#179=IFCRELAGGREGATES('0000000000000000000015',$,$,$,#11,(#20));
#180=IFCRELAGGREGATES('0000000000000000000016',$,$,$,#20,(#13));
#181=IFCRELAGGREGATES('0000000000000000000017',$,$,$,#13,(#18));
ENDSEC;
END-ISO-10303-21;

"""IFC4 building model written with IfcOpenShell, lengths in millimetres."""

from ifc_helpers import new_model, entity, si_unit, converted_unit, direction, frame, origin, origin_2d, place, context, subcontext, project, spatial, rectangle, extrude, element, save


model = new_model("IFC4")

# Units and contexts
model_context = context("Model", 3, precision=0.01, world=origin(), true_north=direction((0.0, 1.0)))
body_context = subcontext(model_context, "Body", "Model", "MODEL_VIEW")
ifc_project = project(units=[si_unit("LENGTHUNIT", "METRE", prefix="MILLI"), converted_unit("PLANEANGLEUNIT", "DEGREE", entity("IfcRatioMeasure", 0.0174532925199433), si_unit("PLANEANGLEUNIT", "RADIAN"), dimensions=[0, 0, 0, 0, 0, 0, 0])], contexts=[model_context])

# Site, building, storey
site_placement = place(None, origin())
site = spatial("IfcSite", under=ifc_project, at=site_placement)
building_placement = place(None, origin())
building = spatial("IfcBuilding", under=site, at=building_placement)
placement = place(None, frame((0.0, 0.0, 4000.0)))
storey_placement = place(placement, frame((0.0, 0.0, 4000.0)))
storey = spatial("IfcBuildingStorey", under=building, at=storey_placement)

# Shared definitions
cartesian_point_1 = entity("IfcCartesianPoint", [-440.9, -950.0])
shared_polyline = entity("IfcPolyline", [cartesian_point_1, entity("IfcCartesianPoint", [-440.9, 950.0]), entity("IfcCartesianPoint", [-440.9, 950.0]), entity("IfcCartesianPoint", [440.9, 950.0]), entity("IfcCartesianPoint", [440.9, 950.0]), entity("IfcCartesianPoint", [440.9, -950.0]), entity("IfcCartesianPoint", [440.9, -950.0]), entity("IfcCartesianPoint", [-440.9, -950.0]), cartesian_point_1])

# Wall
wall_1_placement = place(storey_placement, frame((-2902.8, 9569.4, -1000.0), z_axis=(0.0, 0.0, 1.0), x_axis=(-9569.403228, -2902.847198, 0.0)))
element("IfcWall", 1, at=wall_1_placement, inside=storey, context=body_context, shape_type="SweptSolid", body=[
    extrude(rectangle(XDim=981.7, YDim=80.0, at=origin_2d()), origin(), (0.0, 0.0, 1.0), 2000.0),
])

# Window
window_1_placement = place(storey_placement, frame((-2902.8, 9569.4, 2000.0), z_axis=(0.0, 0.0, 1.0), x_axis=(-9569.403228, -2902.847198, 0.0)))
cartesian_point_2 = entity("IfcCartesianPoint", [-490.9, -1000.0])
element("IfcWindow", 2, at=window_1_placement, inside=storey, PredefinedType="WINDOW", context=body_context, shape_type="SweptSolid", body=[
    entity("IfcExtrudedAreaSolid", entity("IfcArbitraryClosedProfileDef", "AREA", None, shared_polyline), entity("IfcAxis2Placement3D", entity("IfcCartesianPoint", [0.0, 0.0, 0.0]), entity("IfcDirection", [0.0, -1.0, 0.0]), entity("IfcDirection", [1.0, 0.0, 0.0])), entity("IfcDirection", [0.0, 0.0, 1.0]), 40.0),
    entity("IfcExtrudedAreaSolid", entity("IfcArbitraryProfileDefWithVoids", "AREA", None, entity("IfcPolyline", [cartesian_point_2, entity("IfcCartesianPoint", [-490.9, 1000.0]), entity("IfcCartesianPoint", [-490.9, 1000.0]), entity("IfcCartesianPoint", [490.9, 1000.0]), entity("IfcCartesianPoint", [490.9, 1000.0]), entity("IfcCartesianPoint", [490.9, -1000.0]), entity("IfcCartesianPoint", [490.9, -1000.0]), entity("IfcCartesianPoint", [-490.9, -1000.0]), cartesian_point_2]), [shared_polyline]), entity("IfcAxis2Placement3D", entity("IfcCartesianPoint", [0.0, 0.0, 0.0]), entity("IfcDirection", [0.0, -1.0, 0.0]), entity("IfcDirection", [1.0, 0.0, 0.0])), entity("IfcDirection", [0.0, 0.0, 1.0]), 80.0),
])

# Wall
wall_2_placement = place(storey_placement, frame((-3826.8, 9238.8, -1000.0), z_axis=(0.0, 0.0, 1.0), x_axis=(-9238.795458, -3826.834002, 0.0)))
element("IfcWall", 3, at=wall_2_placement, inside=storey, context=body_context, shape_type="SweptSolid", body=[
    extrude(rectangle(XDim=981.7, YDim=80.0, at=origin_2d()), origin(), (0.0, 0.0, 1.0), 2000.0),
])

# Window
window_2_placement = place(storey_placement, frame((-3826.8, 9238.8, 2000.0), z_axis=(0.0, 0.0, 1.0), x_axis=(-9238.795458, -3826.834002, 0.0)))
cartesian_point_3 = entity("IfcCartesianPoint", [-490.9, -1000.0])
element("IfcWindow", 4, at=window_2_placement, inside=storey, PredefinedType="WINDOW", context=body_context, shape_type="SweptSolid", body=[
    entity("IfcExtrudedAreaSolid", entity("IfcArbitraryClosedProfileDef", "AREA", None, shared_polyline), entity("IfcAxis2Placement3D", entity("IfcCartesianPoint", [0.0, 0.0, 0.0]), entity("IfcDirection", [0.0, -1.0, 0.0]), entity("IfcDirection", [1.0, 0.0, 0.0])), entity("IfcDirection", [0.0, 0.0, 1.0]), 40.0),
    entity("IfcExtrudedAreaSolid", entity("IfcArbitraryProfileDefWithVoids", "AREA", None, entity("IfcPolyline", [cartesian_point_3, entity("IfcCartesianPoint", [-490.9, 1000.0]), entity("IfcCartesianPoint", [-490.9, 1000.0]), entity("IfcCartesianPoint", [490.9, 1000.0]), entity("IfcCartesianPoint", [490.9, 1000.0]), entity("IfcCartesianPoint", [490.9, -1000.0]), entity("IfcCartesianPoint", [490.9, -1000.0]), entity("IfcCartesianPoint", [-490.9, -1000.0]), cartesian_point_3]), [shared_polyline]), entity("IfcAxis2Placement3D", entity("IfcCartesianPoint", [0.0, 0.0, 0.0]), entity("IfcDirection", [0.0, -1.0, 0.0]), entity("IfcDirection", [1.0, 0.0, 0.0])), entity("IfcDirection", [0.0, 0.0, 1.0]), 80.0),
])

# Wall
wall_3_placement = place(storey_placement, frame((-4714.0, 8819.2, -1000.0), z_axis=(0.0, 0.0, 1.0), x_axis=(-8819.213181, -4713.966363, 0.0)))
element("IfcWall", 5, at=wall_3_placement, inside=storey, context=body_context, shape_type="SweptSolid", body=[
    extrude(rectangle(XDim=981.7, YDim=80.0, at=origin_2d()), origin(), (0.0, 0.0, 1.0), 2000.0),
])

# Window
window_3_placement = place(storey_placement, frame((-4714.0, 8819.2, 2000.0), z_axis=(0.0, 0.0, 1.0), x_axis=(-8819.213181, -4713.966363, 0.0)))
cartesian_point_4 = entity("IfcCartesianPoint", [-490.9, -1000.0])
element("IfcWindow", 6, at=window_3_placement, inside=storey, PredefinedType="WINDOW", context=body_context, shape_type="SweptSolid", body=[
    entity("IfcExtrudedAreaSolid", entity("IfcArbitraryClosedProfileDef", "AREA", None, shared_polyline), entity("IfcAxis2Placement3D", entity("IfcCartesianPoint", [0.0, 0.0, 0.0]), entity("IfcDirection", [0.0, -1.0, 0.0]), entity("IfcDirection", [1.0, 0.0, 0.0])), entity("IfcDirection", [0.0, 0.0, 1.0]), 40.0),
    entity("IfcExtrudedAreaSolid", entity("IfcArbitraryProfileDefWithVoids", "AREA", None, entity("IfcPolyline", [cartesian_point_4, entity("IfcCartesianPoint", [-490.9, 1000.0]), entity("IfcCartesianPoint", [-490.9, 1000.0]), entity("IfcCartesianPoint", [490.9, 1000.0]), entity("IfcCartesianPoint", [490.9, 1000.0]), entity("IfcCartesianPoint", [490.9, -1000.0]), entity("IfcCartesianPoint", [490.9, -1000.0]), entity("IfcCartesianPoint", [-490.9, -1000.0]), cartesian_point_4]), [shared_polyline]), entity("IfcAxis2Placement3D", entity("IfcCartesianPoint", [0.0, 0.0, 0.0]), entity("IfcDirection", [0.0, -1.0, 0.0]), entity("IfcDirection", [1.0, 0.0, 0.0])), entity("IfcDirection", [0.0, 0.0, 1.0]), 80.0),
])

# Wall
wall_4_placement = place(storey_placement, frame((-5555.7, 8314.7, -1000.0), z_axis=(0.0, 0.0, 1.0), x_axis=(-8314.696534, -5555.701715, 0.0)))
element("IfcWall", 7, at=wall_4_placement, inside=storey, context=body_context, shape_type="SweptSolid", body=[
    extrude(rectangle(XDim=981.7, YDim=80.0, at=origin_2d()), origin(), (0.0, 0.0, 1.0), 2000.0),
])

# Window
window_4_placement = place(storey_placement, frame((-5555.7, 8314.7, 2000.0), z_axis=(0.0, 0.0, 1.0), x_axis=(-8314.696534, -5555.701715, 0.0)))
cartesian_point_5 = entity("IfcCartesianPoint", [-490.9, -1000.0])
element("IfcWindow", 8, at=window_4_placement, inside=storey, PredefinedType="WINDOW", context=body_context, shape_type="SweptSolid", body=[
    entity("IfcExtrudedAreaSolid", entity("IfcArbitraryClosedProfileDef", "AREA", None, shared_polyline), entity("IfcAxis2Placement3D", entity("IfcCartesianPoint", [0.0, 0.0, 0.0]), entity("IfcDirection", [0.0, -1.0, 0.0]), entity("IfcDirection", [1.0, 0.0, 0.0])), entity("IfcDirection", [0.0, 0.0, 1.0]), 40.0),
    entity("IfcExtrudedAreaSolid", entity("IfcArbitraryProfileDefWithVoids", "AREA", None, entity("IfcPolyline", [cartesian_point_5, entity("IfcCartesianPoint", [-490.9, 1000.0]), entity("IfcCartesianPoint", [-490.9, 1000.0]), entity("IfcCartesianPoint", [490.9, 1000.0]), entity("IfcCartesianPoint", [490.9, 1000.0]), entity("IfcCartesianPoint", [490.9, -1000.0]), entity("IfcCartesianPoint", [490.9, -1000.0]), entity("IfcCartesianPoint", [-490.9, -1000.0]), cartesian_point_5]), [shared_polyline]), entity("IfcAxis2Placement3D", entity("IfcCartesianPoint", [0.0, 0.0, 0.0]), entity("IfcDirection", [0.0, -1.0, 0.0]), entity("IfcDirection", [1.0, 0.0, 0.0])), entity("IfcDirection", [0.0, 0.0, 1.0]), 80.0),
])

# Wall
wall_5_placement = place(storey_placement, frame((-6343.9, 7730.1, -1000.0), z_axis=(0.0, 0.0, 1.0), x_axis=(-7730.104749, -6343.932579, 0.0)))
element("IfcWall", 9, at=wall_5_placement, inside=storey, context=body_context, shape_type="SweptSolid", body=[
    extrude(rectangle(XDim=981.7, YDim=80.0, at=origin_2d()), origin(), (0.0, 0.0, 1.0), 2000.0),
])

===

Action item:
When a line in the listing has the word "PredefinedType", return that line.

Solution to this task:
element("IfcWindow", 2, at=window_1_placement, inside=storey, PredefinedType="WINDOW", context=body_context, shape_type="SweptSolid", body=[
element("IfcWindow", 4, at=window_2_placement, inside=storey, PredefinedType="WINDOW", context=body_context, shape_type="SweptSolid", body=[
element("IfcWindow", 6, at=window_3_placement, inside=storey, PredefinedType="WINDOW", context=body_context, shape_type="SweptSolid", body=[
element("IfcWindow", 8, at=window_4_placement, inside=storey, PredefinedType="WINDOW", context=body_context, shape_type="SweptSolid", body=[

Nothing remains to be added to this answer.